As far as window AC units, I believe you would have to afci protect the circuits


----------



## robnj772 (Jan 15, 2008)

If your replacing the branch circuit as is, such as from the storm,you don't need an arc fault.


If your running a new circuit or extending an existing branch circuit you do need an arc fault.


----------



## robnj772 (Jan 15, 2008)

robnj772 said:


> If your replacing the branch circuit as is, such as from the storm,you don't need an arc fault.
> 
> If your running a new circuit or extending an existing branch circuit you do need an arc fault.


They removed that " foot print" word from the rehab code about the same time we switched the the 2011 code.


----------



## Celtic (Nov 19, 2007)

mjjg92 said:


> I have to replace branch circuit wiring in a house damaged by "Sandy". Panel did not get wet so will probably stay.
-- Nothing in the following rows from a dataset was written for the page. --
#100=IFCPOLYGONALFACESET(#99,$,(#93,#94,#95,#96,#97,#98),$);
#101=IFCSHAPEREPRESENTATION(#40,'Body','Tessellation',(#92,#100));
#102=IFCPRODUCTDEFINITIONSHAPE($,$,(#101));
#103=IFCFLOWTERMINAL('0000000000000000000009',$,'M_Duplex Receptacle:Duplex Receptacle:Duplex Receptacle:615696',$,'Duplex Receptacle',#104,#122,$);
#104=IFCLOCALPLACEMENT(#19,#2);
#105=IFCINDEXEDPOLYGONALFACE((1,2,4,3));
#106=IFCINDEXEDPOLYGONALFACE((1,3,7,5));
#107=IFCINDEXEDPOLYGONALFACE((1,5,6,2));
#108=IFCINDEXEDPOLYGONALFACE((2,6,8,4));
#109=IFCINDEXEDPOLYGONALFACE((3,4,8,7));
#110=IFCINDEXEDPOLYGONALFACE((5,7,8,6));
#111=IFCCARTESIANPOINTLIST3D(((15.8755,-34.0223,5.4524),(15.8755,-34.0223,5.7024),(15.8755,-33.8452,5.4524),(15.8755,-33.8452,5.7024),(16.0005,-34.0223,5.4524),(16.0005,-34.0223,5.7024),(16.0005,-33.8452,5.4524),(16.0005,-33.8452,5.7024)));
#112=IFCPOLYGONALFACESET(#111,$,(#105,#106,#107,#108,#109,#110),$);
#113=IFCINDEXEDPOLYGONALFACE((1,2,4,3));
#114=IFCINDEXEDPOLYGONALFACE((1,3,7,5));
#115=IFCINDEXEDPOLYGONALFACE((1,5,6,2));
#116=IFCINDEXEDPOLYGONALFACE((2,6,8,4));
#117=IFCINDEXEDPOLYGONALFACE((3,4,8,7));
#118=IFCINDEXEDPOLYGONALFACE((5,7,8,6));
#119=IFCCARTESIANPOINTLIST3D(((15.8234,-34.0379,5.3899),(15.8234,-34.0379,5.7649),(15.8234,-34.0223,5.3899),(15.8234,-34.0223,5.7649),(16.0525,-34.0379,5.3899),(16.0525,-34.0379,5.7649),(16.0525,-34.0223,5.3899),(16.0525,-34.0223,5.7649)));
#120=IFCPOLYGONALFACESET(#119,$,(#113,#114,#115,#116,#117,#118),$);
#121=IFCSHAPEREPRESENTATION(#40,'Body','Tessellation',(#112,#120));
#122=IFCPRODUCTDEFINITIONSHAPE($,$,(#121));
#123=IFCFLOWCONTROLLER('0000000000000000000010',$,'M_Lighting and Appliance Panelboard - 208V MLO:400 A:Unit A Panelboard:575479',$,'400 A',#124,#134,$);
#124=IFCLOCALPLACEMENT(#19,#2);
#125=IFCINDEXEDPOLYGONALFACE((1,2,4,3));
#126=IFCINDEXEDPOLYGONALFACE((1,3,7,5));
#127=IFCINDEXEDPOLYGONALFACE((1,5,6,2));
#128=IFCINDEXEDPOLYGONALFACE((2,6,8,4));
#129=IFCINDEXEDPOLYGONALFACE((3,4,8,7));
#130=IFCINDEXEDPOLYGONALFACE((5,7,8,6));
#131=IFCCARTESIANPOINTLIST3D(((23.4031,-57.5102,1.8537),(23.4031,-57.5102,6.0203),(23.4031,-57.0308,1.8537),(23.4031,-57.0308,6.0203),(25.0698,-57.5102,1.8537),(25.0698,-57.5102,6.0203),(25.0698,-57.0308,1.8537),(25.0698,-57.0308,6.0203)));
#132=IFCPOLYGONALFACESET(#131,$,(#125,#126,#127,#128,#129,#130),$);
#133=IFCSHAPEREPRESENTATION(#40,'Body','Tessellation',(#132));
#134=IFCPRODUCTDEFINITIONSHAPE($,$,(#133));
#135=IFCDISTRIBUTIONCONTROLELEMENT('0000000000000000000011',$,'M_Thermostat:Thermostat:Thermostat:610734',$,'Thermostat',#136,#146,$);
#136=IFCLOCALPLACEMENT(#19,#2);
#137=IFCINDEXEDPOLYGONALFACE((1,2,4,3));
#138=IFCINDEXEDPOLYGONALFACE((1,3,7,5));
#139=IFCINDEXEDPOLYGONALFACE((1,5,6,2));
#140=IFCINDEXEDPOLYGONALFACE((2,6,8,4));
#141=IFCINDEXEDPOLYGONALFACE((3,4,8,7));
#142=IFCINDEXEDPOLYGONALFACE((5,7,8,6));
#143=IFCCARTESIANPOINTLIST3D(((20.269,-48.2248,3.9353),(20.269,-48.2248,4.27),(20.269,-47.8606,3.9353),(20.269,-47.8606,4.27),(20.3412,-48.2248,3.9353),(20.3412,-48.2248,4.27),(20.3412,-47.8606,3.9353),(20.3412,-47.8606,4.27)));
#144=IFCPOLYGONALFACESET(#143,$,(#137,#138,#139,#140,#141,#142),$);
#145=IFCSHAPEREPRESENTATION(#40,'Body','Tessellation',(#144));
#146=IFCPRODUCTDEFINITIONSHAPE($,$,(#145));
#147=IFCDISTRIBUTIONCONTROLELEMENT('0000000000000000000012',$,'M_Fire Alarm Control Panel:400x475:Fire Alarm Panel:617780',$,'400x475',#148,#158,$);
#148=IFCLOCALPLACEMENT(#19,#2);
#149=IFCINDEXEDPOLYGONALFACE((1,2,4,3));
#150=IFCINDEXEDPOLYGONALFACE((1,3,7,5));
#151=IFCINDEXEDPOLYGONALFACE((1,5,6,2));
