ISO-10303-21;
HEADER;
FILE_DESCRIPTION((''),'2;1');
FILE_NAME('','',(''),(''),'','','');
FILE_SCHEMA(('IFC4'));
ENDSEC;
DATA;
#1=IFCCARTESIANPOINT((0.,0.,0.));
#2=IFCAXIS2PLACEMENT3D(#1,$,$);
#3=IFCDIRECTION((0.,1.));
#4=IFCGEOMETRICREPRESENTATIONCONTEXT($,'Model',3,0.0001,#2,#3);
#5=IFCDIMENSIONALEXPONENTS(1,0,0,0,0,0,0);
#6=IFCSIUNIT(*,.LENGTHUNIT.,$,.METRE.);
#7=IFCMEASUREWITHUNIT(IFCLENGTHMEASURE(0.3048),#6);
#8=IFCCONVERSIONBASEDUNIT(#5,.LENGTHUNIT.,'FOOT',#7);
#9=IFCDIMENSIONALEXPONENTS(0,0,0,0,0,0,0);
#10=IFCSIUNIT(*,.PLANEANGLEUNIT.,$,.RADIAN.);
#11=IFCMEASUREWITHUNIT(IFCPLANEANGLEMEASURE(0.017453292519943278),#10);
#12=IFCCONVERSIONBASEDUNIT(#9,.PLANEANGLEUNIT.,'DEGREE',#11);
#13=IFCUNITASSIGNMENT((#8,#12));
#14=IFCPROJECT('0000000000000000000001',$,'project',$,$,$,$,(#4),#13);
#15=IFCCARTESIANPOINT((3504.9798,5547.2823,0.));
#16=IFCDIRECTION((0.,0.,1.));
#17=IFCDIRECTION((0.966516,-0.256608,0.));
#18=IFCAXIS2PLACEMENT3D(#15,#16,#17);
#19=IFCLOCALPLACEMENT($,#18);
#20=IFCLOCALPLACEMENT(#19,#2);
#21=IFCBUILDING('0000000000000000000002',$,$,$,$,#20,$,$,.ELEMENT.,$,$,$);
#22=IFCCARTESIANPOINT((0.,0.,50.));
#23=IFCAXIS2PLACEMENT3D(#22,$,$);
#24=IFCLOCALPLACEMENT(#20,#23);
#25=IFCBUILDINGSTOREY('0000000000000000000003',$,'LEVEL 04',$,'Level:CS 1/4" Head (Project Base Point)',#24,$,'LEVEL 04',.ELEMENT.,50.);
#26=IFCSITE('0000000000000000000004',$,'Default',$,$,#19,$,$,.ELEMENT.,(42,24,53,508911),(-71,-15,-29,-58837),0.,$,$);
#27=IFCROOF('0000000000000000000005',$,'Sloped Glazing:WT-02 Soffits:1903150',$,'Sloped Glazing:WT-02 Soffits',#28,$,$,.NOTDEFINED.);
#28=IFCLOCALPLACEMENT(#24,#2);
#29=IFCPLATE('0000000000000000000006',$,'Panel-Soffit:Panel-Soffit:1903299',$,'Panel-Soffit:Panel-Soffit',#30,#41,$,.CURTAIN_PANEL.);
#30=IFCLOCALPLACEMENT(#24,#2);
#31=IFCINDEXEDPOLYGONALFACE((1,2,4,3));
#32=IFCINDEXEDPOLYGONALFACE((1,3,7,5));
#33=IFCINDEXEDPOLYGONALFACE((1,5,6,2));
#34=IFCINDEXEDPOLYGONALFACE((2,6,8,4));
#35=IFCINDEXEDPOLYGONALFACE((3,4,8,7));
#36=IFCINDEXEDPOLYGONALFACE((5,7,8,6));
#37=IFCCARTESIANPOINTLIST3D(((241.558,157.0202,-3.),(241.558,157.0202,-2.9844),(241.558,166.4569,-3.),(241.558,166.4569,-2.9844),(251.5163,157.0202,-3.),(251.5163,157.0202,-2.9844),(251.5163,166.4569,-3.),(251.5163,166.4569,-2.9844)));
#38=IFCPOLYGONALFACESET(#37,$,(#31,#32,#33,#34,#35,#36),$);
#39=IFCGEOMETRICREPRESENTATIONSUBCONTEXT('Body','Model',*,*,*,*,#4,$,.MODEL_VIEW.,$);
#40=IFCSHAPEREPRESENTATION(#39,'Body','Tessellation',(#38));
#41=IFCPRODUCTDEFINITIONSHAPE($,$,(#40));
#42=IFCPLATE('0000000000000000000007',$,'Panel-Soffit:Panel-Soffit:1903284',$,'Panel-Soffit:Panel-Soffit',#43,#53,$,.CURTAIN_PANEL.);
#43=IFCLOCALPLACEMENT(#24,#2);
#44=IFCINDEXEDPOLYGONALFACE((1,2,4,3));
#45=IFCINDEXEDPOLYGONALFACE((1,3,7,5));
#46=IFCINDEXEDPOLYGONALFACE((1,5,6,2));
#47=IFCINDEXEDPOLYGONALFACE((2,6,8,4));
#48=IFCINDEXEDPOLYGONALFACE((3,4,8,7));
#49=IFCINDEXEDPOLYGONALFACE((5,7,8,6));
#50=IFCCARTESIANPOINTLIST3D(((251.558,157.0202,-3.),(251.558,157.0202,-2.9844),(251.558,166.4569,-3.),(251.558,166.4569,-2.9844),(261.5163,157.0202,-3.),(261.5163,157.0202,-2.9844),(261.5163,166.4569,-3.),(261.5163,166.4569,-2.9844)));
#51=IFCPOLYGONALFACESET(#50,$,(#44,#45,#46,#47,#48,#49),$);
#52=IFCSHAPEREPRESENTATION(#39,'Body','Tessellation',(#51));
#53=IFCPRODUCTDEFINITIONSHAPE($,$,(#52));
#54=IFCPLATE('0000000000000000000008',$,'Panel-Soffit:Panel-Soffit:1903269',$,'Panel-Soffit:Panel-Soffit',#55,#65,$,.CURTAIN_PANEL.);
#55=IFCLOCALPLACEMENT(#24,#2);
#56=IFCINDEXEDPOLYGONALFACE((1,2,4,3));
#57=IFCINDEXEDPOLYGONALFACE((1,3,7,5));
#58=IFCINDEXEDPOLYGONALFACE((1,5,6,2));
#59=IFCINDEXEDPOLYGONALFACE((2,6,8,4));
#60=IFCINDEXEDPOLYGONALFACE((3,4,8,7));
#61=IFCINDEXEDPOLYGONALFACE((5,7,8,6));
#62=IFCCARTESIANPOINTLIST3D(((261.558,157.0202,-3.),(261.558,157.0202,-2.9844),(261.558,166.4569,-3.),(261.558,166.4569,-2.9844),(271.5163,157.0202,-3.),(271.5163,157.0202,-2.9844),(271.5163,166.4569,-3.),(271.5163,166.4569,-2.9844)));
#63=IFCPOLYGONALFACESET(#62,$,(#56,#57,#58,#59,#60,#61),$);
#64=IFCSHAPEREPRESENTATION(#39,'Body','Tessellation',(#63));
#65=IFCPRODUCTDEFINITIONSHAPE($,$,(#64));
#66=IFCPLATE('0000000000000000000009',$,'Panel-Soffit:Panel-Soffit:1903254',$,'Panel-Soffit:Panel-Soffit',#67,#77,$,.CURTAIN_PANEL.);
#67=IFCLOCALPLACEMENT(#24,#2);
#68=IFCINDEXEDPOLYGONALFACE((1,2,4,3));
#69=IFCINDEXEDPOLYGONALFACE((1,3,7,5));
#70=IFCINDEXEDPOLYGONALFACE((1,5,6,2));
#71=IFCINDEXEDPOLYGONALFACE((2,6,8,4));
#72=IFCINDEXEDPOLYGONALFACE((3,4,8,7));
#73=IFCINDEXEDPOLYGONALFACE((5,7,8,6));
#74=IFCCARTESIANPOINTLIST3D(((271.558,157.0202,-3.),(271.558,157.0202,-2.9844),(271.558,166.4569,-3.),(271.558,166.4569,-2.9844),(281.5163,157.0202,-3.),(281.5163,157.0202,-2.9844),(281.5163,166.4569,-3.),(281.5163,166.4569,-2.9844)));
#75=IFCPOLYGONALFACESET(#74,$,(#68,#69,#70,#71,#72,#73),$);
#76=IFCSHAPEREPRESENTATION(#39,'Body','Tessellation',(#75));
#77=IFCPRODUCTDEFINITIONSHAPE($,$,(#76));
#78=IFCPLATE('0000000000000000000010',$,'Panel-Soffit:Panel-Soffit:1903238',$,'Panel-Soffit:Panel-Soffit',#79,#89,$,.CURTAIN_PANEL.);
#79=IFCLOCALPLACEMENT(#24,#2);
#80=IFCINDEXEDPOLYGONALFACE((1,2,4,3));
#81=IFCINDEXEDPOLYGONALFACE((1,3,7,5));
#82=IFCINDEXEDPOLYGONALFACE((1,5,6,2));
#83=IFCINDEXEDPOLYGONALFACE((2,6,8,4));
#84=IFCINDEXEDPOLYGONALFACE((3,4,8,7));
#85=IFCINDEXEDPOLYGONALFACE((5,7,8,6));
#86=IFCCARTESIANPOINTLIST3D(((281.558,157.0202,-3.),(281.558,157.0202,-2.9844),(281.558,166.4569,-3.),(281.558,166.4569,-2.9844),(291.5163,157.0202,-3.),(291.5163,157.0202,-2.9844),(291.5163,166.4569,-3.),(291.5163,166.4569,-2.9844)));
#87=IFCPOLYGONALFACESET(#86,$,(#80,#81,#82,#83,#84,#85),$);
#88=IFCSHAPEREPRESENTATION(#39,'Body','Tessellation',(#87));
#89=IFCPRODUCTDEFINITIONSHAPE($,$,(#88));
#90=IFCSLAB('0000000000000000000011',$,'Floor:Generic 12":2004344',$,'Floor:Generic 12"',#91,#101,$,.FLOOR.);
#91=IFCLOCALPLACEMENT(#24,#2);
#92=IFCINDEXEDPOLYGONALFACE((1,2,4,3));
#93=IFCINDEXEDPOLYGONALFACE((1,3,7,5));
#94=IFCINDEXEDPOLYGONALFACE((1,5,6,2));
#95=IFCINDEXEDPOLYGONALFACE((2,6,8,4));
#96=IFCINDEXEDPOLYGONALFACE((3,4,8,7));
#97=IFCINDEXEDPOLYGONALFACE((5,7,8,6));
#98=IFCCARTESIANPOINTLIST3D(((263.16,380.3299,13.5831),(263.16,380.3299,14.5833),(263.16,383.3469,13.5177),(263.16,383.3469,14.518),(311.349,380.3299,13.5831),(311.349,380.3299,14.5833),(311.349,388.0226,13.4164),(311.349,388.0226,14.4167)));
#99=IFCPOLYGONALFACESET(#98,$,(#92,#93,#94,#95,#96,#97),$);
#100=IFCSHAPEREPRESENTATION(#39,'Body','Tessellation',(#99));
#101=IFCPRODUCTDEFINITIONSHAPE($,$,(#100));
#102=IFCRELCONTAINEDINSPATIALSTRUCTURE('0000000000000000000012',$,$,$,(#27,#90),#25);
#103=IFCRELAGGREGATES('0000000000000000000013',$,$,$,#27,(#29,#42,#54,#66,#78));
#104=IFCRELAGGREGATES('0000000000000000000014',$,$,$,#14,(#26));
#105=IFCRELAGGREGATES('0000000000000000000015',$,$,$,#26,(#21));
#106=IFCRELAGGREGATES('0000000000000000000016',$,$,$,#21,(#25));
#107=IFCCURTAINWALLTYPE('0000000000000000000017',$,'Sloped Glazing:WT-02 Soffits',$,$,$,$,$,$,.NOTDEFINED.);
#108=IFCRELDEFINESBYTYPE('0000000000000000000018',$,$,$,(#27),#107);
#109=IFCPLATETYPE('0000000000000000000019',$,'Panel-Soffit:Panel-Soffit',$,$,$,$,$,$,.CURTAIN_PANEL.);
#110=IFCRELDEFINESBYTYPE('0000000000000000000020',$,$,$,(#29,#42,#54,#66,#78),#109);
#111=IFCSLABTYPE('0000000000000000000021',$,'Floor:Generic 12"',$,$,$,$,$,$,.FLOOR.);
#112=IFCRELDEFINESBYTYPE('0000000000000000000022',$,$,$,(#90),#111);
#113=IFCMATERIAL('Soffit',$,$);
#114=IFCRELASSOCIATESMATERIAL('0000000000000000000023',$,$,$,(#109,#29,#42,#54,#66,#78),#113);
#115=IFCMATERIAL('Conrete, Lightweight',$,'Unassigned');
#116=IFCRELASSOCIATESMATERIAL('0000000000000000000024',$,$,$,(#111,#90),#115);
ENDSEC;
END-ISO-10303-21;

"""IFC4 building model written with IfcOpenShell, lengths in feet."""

from ifc_helpers import new_model, entity, si_unit, converted_unit, direction, frame, origin, place, context, subcontext, project, spatial, polyline, indexed_curve, outline, extrude, source, transform, mapped, material, type_object, type_shapes, element, aggregate, save


model = new_model("IFC4")

# Units and contexts
model_context = context("Model", 3, precision=0.0001, world=origin(), true_north=direction((0.0, 1.0)))
body_context = subcontext(model_context, "Body", "Model", "MODEL_VIEW")
ifc_project = project(units=[converted_unit("LENGTHUNIT", "FOOT", entity("IfcLengthMeasure", 0.3048), si_unit("LENGTHUNIT", "METRE"), dimensions=[1, 0, 0, 0, 0, 0, 0]), converted_unit("PLANEANGLEUNIT", "DEGREE", entity("IfcPlaneAngleMeasure", 0.017453292519943278), si_unit("PLANEANGLEUNIT", "RADIAN"), dimensions=[0, 0, 0, 0, 0, 0, 0])], contexts=[model_context])

# Site, building, storey
site_placement = place(None, frame((3504.9798, 5547.2823, 0.0), z_axis=(0.0, 0.0, 1.0), x_axis=(0.966516, -0.256608, 0.0)))
site = spatial("IfcSite", under=ifc_project, at=site_placement, Name="Default", CompositionType="ELEMENT", RefLatitude=(42, 24, 53, 508911), RefLongitude=(-71, -15, -29, -58837), RefElevation=0.0)
building_placement = place(site_placement, origin())
building = spatial("IfcBuilding", under=site, at=building_placement, CompositionType="ELEMENT")
storey_placement = place(building_placement, frame((0.0, 0.0, 50.0)))
storey = spatial("IfcBuildingStorey", under=building, at=storey_placement, Name="LEVEL 04", ObjectType="Level:CS 1/4\" Head (Project Base Point)", LongName="LEVEL 04", CompositionType="ELEMENT", Elevation=50.0)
Just replacing wiring on first floor from panel to wall outlets.(and replacing boxes and devices also.)
> Will it be required to use AFCI breakers ? Not changing the "footprint" of the house .Any ideas ?
> Thanks .


I would say an AFCI is not required [provided it wasn't there to begin with  ]

The circuits you are replacing are not "new" ~ they are replacements.

I would give the HO the option of whether or not they wanted AFCI installed...for an additional fee, of course.


----------



## Celtic (Nov 19, 2007)

Tensil said:


> Good question. I have to add a couple of new dedicated circuits for window AC's and I didn't even think about whether I need AFCI's for them or not. I'm not sure what the rehab subcode says for this.
> 
> My situation is a little different than yours because your walls are open and the area is being renovated while I am fishing in my circuits oldwork style.


Your situation is 100% different and not even a little bit similar to the OP.
You are adding circuits, devices, etc that were never even there to begin with....how you go about getting a wire from point "A" to point "B" has zero to with if AFCI is a requirement.

The rehab subcode will tell you that if there is an available AFCI OCPD for the panel where the circuit originated from, you must install it.


----------



## SteveBayshore (Apr 7, 2013)

Went to a "Sandy Recovery" seminar a few weeks ago held by MEIA-NJ (municipal electrical inspectors association). Got a wealth of information. Anyone in storm related repairs in NJ should look up the "New Jersey Division of Consumer Affairs" (.gov) sorry, I don't remember the proper adress. Might be njdca.gov/sandy recovery information.


----------



## robnj772 (Jan 15, 2008)

SteveBayshore said:


> Went to a "Sandy Recovery" seminar a few weeks ago held by MEIA-NJ (municipal electrical inspectors association). Got a wealth of information. Anyone in storm related repairs in NJ should look up the "New Jersey Division of Consumer Affairs" (.gov) sorry, I don't remember the proper adress. Might be njdca.gov/sandy recovery information.


Did they back the asinine " you don't need to change the wire" stance that the DCA issued?

We took a simple approach, no seminar needed. If it was below flood replace it.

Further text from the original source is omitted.